The Hungarian birch mouse (Sicista trizona) is a species of birch mouse in the family Sminthidae. It was once found throughout Central Europe and Romania, but is now only known from two isolated populations in Hungary and Transylvania in Romania, each of which belongs to its own subspecies.

== Taxonomy ==
It was long thought to be a subspecies of the southern birch mouse (S. subtilis), but a 2016 study found sufficient genetic and anatomical divergence for it to be considered its own species. The same study found the Romanian population of the species to have enough genetic divergence from the Hungarian population to be described as its own subspecies, resulting in:

- Hungarian birch mouse (S. t. trizona)
- Transylvanian birch mouse (S. t. transylvanica)

== Distribution ==
The Hungarian birch mouse was formerly found throughout the Pannonian Basin, including most of Hungary, Austria, Slovakia, and Serbia. It is now thought to be extirpated from Austria and is likely also extirpated from Slovakia and Serbia. Based on records, it was likely abundant in Hungary prior to 1950, but it is now restricted to the Borsodi Mezőség Protected Landscape Area.

The Transylvanian birch mouse was likely found throughout the Transylvanian Plateau in the past, but its range has likely shrunk due to agriculture. It is known only from several locations in Cluj County. Its full range has not yet been fully established.

== Habitat and ecology ==
This species depends on undisturbed grassland habitat or grassland grazed by livestock, which has become rare due to mechanised agriculture. The Hungarian subspecies is most abundant in remnant patches of tall vegetation such as thistle in pastures that are otherwise grazed by livestock. It is also known from saline fescue meadows, wormwood-fescue steppes, and abandoned agricultural fields at lower densities. The Transylvanian subspecies is known from slopes that are highly encroached upon by shrubs, also in areas otherwise used for livestock grazing.

== Conservation ==
S. trizona is one of the rarest and least known small mammal species in Europe. The Hungarian subspecies has been extirpated from most of its range due to mechanised agriculture allowing for larger areas to be mowed at once, which reduces the diversity of plant species and makes the habitat unsuitable for the birch mice. Although some areas have been designated for the protection of the species, these protected areas are relatively small and the surrounding region is still mechanically cut or overgrazed. The Transylvanian birch mouse is also threatened by intensive agriculture, as well as overgrazing by sheep.
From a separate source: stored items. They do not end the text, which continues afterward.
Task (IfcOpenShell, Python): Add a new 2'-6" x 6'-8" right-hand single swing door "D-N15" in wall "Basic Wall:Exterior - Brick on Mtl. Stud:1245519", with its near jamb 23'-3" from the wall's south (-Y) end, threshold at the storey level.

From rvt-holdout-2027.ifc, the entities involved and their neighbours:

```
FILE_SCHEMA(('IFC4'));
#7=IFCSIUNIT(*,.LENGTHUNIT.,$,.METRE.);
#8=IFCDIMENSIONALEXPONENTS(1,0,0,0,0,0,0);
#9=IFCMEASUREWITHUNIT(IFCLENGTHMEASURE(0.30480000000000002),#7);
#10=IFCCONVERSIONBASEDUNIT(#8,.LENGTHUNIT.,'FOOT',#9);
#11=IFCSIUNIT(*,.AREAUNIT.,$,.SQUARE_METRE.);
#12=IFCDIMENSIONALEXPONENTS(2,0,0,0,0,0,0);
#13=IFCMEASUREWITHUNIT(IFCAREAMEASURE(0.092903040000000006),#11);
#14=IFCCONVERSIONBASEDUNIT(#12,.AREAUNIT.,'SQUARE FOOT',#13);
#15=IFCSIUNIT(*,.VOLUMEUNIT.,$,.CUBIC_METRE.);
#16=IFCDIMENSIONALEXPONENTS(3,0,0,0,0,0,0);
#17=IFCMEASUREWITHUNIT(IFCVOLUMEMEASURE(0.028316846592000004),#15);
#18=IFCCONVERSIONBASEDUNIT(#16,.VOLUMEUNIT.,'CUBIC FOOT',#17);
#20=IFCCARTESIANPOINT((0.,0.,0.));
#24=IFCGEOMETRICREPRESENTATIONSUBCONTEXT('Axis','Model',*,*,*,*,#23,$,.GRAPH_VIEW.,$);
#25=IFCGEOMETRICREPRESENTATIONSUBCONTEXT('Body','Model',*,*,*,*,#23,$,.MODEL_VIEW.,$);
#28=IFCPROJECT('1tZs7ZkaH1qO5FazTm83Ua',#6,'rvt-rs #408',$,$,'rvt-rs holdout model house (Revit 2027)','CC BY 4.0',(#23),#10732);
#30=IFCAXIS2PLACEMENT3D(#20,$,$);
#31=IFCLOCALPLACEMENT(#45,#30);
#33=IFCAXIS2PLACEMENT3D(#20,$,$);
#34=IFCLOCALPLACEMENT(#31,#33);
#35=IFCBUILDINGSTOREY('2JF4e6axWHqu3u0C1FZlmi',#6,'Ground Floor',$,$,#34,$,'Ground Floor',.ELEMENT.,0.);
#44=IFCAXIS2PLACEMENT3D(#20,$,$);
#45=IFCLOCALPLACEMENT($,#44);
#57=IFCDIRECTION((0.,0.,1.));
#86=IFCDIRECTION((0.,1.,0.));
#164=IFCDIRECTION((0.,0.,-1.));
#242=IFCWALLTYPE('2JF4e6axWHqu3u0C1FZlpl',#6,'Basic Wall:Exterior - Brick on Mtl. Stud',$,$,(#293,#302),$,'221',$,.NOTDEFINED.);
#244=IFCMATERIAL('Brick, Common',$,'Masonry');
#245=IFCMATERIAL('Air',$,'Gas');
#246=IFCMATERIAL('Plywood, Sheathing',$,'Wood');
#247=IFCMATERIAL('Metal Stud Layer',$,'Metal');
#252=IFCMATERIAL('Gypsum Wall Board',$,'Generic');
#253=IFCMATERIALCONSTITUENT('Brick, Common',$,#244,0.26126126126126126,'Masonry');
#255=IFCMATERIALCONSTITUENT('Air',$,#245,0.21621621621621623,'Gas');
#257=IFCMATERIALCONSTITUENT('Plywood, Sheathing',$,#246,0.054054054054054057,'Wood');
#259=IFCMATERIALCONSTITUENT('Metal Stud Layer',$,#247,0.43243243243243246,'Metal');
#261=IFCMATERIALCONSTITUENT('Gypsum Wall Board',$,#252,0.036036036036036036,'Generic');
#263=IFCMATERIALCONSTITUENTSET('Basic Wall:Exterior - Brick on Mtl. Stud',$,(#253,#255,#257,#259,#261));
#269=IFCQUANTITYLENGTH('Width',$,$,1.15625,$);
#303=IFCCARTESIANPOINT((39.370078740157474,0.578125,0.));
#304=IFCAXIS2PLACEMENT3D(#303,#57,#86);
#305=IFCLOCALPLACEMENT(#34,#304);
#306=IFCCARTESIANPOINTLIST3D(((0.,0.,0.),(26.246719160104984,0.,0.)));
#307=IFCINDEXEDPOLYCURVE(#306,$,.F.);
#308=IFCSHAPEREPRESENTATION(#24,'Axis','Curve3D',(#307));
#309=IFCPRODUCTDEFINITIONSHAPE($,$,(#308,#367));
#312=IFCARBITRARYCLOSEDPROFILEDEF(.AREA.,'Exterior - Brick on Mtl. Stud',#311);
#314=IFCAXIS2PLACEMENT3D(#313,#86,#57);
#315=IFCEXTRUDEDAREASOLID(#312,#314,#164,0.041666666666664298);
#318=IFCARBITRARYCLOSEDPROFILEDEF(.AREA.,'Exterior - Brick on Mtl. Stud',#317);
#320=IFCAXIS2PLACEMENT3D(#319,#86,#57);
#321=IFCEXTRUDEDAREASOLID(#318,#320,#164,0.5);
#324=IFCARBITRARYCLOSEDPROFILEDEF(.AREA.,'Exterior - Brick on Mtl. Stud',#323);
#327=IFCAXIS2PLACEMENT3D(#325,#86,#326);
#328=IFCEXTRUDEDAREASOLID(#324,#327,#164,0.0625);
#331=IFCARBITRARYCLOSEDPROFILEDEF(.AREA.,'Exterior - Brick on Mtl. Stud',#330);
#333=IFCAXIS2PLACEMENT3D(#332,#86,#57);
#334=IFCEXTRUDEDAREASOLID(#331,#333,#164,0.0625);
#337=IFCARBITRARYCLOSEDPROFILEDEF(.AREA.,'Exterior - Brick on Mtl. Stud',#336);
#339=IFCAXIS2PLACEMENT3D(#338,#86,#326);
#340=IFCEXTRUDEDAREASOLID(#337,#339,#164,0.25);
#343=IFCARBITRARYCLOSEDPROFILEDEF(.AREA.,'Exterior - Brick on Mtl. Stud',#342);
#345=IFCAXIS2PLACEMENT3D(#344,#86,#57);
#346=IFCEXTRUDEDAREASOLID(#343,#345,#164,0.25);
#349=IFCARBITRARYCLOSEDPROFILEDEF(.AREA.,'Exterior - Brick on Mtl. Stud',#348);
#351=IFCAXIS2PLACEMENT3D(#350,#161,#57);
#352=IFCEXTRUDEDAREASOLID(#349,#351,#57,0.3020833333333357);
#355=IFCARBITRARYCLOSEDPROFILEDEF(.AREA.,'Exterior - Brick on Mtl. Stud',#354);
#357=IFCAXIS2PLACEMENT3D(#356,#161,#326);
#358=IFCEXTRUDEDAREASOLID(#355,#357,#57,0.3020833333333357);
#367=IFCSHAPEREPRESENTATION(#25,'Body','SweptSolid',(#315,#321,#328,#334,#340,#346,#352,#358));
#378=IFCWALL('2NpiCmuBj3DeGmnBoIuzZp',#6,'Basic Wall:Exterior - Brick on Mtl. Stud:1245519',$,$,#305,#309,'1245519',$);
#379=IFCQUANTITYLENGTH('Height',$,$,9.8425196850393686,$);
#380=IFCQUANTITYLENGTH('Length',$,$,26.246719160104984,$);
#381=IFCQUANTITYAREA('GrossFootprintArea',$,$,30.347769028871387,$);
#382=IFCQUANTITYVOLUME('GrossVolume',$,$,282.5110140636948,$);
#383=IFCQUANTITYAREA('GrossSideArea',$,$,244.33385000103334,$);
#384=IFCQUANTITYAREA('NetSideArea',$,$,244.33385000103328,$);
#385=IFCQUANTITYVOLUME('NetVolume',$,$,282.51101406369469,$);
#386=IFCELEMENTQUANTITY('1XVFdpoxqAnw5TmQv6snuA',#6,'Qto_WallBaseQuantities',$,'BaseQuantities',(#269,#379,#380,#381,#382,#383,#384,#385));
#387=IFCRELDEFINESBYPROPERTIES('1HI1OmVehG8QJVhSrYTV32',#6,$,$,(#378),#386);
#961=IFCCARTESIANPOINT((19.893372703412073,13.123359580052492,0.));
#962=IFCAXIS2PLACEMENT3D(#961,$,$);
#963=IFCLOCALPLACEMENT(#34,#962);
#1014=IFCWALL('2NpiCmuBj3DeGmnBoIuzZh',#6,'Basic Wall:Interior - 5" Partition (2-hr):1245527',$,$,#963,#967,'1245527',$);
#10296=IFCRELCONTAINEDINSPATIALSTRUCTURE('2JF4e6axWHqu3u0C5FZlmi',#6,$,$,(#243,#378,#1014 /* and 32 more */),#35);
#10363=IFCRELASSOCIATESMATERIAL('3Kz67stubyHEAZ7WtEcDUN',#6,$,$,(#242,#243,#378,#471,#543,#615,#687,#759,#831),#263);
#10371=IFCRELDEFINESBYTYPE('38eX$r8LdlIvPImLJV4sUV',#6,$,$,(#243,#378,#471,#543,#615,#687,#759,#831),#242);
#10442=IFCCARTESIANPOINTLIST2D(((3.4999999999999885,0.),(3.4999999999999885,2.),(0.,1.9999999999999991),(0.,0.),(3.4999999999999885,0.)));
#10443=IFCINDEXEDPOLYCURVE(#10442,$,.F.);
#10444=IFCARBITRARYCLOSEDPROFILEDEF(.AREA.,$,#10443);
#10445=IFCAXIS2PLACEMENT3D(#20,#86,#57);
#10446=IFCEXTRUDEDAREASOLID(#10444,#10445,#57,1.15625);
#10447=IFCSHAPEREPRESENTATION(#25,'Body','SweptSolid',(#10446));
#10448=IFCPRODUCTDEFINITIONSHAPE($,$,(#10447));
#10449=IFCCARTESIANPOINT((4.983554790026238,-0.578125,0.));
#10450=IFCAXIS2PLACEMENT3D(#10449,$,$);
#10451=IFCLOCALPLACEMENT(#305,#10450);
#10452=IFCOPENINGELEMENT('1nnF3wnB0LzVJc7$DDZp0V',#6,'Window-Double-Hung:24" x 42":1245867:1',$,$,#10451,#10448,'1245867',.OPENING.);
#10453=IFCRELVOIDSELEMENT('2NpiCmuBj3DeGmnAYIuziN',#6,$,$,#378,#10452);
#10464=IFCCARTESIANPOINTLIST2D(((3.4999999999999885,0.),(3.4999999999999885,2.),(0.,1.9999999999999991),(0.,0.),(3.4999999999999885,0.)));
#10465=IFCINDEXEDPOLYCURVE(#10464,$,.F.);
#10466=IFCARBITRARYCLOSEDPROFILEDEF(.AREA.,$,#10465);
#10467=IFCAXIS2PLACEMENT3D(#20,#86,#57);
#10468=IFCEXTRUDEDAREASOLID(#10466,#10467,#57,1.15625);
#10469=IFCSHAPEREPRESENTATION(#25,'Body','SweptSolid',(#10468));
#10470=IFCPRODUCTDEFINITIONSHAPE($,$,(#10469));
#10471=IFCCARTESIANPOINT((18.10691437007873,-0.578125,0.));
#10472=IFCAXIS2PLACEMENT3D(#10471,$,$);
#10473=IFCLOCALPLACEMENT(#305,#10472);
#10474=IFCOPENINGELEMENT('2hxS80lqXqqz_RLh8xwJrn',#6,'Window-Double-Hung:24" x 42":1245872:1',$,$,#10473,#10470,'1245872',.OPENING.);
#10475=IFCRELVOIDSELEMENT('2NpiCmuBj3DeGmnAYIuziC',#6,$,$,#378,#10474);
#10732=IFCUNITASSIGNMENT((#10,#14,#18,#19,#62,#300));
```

```python
import numpy as np
import ifcopenshell
import ifcopenshell.api.feature
import ifcopenshell.api.geometry
import ifcopenshell.api.pset
import ifcopenshell.api.root
import ifcopenshell.api.spatial
import ifcopenshell.geom
import ifcopenshell.util.element
import ifcopenshell.util.placement
import ifcopenshell.util.representation
import ifcopenshell.util.shape
import ifcopenshell.util.unit

model = ifcopenshell.open("rvt-holdout-2027.ifc")
unit_scale = ifcopenshell.util.unit.calculate_unit_scale(model)
area_scale = ifcopenshell.util.unit.calculate_unit_scale(model, "AREAUNIT")
volume_scale = ifcopenshell.util.unit.calculate_unit_scale(model, "VOLUMEUNIT")
settings = ifcopenshell.geom.settings()


def volume(element):
    """Net volume in cubic metres, openings subtracted."""
    shape = ifcopenshell.geom.create_shape(settings, element)
    return ifcopenshell.util.shape.get_volume(shape.geometry)


wall = model.by_guid("2NpiCmuBj3DeGmnBoIuzZp")
storey = ifcopenshell.util.element.get_container(wall, ifc_class="IfcBuildingStorey")
context = ifcopenshell.util.representation.get_context(model, "Model", "Body", "MODEL_VIEW")
before = volume(wall)

width, height, from_end, sill = 0.762, 2.032, 7.0866, 0.0  # metres

# The wall runs along its own X axis, and the end named is its -X end.
wall_shape = ifcopenshell.geom.create_shape(settings, wall)
x, y, z = ifcopenshell.util.shape.get_vertices(wall_shape.geometry).T
start = x.min() + from_end
face, thickness = float(y.min()), float(y.max() - y.min())
wall_matrix = ifcopenshell.util.placement.get_local_placement(wall.ObjectPlacement)
level = ifcopenshell.util.placement.get_local_placement(storey.ObjectPlacement)[2, 3]


def in_wall(x, y):
    """Placement at x, y metres in the wall's axes, at sill height."""
    matrix = wall_matrix.copy()
    matrix[:, 3] = wall_matrix @ np.array([x / unit_scale, y / unit_scale, 0.0, 1.0])
    matrix[2, 3] = level + sill / unit_scale
    return matrix


# Opening: a box that overshoots both wall faces by 50 mm.
opening = ifcopenshell.api.root.create_entity(model, ifc_class="IfcOpeningElement", predefined_type="OPENING")
box = ifcopenshell.api.geometry.add_wall_representation(
    model, context=context, length=width, height=height, thickness=thickness + 0.1
)
ifcopenshell.api.geometry.assign_representation(model, product=opening, representation=box)
ifcopenshell.api.geometry.edit_object_placement(model, product=opening, matrix=in_wall(start, face - 0.05), is_si=False)
ifcopenshell.api.feature.add_feature(model, feature=opening, element=wall)

door = ifcopenshell.api.root.create_entity(model, ifc_class="IfcDoor", name="D-N15", predefined_type="DOOR")
door.OverallWidth, door.OverallHeight = width / unit_scale, height / unit_scale
door.OperationType = "SINGLE_SWING_RIGHT"
body = ifcopenshell.api.geometry.add_door_representation(
    model,
    context=context,
    overall_width=door.OverallWidth,
    overall_height=door.OverallHeight,
    operation_type="SINGLE_SWING_RIGHT",
    lining_properties={"LiningDepth": thickness / unit_scale, "ThresholdDepth": thickness / unit_scale},
)
ifcopenshell.api.geometry.assign_representation(model, product=door, representation=body)
ifcopenshell.api.spatial.assign_container(model, products=[door], relating_structure=storey)
ifcopenshell.api.feature.add_filling(model, opening=opening, element=door)

# The lining spans the wall, so the door starts at the wall face.
ifcopenshell.api.geometry.edit_object_placement(model, product=door, matrix=in_wall(start, face), is_si=False)

after = volume(wall)

# Update the wall's stored quantities.
qto = model.by_id(ifcopenshell.util.element.get_pset(wall, "Qto_WallBaseQuantities", should_inherit=False)["id"])
ifcopenshell.api.pset.edit_qto(model, qto=qto, properties={
    "NetSideArea": after / thickness / area_scale,
    "NetVolume": after / volume_scale,
})

print(f"wall volume {before:.3f} -> {after:.3f} m3")

model.write("rvt-holdout-2027_updated.ifc")
```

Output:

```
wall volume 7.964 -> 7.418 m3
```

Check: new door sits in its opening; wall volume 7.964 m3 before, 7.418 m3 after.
Both populations, which were later classified into this species, were feared to be extinct throughout most of the 20th century until being rediscovered in the 21st century; the Hungarian subspecies was not seen for over 70 years until being rediscovered in 2006, whilst the Transylvanian subspecies was only rediscovered in 2014. These threats and rarity have led to the species being classified as 'Endangered' on the IUCN Red List.